# U. Aveiro - estação q obtem perfis atmosféricos



## Bruno Campos (8 Jun 2006 às 14:21)

_Está instalada, desde 23 de Maio, no Departamento de Física da Universidade de Aveiro, uma nova estação de recepção de imagens de satélite. A estação, denominada HRPT/CHRPT, é única no país e consegue obter perfis atmosféricos que permitem determinar, com maior precisão, por exemplo, a previsão do estado do tempo, a temperatura da água do mar e identificar focos de incêndio._

http://www.cienciahoje.pt/3399


----------



## Seringador (8 Jun 2006 às 16:44)

Bruno Campos disse:
			
		

> _Está instalada, desde 23 de Maio, no Departamento de Física da Universidade de Aveiro, uma nova estação de recepção de imagens de satélite. A estação, denominada HRPT/CHRPT, é única no país e consegue obter perfis atmosféricos que permitem determinar, com maior precisão, por exemplo, a previsão do estado do tempo, a temperatura da água do mar e identificar focos de incêndio._
> 
> http://www.cienciahoje.pt/3399



Sem dúvida um excelente contributo mas, o mais importante aqui é se irão disponibilizar a informação qde que a mesma é capaz de receber,  para mim mai valia uma Vaisala apetrechada do que a adquirida


----------



## Minho (8 Jun 2006 às 19:23)

E já agora o radar no norte para quando??


----------



## dj_alex (8 Jun 2006 às 22:19)

Minho disse:
			
		

> E já agora o radar no norte para quando??

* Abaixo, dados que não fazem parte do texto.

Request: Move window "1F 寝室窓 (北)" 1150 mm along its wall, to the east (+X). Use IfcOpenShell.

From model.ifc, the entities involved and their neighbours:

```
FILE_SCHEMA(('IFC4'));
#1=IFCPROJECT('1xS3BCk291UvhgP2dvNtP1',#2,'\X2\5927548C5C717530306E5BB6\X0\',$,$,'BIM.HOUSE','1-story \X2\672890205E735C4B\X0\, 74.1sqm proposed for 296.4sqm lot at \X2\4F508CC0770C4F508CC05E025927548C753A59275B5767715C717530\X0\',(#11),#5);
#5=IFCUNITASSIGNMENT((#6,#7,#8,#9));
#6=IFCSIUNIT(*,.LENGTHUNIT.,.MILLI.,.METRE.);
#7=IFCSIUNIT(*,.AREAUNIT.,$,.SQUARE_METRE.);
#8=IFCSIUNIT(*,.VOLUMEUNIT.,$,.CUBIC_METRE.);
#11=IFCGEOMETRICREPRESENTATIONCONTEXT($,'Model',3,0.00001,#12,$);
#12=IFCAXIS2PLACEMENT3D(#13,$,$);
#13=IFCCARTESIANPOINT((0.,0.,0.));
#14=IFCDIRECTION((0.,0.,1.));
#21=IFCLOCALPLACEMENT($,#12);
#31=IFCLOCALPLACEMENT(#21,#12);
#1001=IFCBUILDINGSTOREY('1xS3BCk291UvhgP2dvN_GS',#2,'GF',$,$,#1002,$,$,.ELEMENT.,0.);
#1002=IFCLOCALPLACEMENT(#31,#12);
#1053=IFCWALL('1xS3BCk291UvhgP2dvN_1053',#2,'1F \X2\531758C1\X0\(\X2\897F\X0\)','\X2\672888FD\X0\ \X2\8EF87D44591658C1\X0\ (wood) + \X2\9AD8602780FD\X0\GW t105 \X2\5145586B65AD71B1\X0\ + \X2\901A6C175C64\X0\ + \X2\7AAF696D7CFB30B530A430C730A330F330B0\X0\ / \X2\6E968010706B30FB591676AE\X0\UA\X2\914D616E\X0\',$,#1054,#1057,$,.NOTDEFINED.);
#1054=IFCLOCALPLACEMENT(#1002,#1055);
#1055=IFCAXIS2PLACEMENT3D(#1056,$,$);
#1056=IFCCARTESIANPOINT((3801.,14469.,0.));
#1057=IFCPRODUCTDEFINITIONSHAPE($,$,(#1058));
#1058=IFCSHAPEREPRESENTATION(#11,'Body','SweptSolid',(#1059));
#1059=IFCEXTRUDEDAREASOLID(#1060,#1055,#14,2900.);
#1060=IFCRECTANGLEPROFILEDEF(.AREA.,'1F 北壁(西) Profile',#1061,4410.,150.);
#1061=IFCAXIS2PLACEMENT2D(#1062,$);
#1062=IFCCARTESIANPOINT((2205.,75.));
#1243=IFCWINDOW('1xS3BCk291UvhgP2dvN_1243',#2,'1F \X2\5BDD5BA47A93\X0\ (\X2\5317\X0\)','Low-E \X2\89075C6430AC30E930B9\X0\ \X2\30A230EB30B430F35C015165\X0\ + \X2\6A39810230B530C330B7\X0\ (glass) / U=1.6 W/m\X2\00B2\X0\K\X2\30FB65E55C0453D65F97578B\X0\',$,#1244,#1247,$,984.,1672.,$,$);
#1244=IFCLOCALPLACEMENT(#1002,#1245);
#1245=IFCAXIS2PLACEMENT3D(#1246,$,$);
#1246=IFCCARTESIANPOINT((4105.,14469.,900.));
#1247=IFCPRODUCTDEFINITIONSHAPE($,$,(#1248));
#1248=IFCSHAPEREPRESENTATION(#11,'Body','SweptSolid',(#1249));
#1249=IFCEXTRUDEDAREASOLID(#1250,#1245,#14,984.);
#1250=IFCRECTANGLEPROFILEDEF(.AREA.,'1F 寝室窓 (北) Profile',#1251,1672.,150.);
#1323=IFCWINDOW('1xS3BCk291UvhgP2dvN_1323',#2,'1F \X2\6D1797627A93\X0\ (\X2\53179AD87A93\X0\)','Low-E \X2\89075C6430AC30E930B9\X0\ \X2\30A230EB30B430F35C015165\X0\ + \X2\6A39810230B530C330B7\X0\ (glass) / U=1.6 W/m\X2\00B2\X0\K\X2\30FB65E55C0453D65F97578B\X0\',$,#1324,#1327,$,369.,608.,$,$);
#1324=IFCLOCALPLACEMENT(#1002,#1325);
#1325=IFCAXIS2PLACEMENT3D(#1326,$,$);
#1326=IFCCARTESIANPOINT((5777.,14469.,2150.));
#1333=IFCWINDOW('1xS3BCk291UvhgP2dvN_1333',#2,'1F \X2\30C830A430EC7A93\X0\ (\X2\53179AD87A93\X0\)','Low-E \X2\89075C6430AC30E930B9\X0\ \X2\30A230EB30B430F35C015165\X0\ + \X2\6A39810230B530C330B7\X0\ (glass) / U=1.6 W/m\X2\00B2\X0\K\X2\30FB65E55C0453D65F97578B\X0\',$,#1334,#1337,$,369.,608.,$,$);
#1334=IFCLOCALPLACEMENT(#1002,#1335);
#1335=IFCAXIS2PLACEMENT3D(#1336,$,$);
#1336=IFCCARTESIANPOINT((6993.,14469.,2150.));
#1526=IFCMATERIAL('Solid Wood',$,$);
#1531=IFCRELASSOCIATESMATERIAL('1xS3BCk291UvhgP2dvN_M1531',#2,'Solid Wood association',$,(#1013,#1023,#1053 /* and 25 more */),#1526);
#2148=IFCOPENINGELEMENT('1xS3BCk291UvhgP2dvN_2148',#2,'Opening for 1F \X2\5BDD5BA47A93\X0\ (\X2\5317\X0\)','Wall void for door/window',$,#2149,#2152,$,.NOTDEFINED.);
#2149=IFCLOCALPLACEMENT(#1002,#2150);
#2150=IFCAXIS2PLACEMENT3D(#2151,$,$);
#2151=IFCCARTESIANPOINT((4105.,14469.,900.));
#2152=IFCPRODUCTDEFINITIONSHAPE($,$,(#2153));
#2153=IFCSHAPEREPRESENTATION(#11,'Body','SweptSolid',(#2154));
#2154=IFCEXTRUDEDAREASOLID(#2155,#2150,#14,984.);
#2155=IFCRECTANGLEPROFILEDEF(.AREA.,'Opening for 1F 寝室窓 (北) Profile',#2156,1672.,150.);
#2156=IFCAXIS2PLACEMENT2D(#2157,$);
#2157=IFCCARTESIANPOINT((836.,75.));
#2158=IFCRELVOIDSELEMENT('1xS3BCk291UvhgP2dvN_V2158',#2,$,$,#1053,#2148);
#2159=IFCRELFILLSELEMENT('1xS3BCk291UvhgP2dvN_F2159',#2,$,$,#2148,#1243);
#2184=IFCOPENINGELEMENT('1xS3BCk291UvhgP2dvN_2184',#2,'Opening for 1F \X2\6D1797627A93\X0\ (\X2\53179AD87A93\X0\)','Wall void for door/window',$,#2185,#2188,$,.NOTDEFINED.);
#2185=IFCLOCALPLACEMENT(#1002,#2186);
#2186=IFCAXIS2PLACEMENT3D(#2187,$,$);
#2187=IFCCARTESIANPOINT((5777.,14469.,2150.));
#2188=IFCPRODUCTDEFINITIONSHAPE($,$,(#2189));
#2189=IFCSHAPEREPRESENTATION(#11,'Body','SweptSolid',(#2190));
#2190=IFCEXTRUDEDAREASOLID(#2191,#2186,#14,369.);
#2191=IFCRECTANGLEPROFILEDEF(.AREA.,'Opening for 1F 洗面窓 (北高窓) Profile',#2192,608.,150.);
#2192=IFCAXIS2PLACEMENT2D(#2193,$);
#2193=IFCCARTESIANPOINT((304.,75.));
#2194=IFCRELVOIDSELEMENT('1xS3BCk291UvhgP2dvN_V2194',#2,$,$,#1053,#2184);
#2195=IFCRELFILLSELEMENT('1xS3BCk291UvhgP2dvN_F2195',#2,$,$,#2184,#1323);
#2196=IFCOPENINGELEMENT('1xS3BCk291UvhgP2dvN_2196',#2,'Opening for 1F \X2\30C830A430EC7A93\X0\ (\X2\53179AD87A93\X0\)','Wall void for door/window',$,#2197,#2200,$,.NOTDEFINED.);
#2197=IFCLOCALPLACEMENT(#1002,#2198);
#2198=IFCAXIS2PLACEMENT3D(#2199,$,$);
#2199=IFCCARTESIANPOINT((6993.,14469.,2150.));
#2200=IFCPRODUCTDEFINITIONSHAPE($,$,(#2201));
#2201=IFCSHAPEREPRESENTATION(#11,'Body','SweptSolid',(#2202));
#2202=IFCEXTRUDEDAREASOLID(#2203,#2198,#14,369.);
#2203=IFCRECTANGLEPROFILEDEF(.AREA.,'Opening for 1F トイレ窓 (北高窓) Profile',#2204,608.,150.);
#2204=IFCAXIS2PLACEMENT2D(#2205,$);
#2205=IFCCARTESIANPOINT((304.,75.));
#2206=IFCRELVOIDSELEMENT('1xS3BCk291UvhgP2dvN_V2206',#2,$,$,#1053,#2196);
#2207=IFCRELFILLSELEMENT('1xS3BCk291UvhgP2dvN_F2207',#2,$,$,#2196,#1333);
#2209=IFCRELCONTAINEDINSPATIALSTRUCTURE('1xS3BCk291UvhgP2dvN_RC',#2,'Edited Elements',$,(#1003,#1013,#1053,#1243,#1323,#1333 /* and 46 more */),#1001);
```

```python
import ifcopenshell
import ifcopenshell.api.geometry
import ifcopenshell.util.placement
import ifcopenshell.util.unit

model = ifcopenshell.open("model.ifc")
unit_scale = ifcopenshell.util.unit.calculate_unit_scale(model)

window = model.by_guid("1xS3BCk291UvhgP2dvN_1243")
opening = window.FillsVoids[0].RelatingOpeningElement
wall = opening.VoidsElements[0].RelatingBuildingElement

wall_matrix = ifcopenshell.util.placement.get_local_placement(wall.ObjectPlacement)
shift = wall_matrix[:3, 0] * 1.15 / unit_scale
before = ifcopenshell.util.placement.get_local_placement(window.ObjectPlacement)[:3, 3].copy()

# The window is not placed relative to its opening, so move both.
for product in (opening, window):
    matrix = ifcopenshell.util.placement.get_local_placement(product.ObjectPlacement)
    matrix[:3, 3] += shift
    ifcopenshell.api.geometry.edit_object_placement(model, product=product, matrix=matrix, is_si=False)

after = ifcopenshell.util.placement.get_local_placement(window.ObjectPlacement)[:3, 3]
print("window moved by", (after - before).round(3) + 0.0)

model.write("model_edited.ifc")
```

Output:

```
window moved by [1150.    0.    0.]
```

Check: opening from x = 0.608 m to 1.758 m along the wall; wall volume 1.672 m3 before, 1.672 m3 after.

Xiiiiii....tá previsto há imenso tempo...Ou melhor o projecto é do mesmo tempo do Radar do Algarve...Por isso...é uma questão de esperar...muito tempo...


----------



## Seringador (9 Jun 2006 às 11:56)

dj_alex disse:
			
		

> Xiiiiii....tá previsto há imenso tempo...Ou melhor o projecto é do mesmo tempo do Radar do Algarve...Por isso...é uma questão de esperar...muito tempo...



Bem se tu o dizes eu acredito 
Pessoal pelo ritmo a chegar cá em cima será em 2012


----------



## Seringador (9 Jun 2006 às 17:46)

Seringador disse:
			
		

> Bem se tu o dizes eu acredito
> Pessoal pelo ritmo a chegar cá em cima será em 2012



Deve de ser por causa disto desde que saiu da alçada do Min. adm. interna o IM deixou de existir   

http://www.meteopt.net/showthread.php?t=86


----------



## Iceberg (10 Jun 2006 às 00:25)

Seringador disse:
			
		

> Bem se tu o dizes eu acredito
> Pessoal pelo ritmo a chegar cá em cima será em 2012



Porreiro, assim vai coincidir com o próximo mínimo solar ...


----------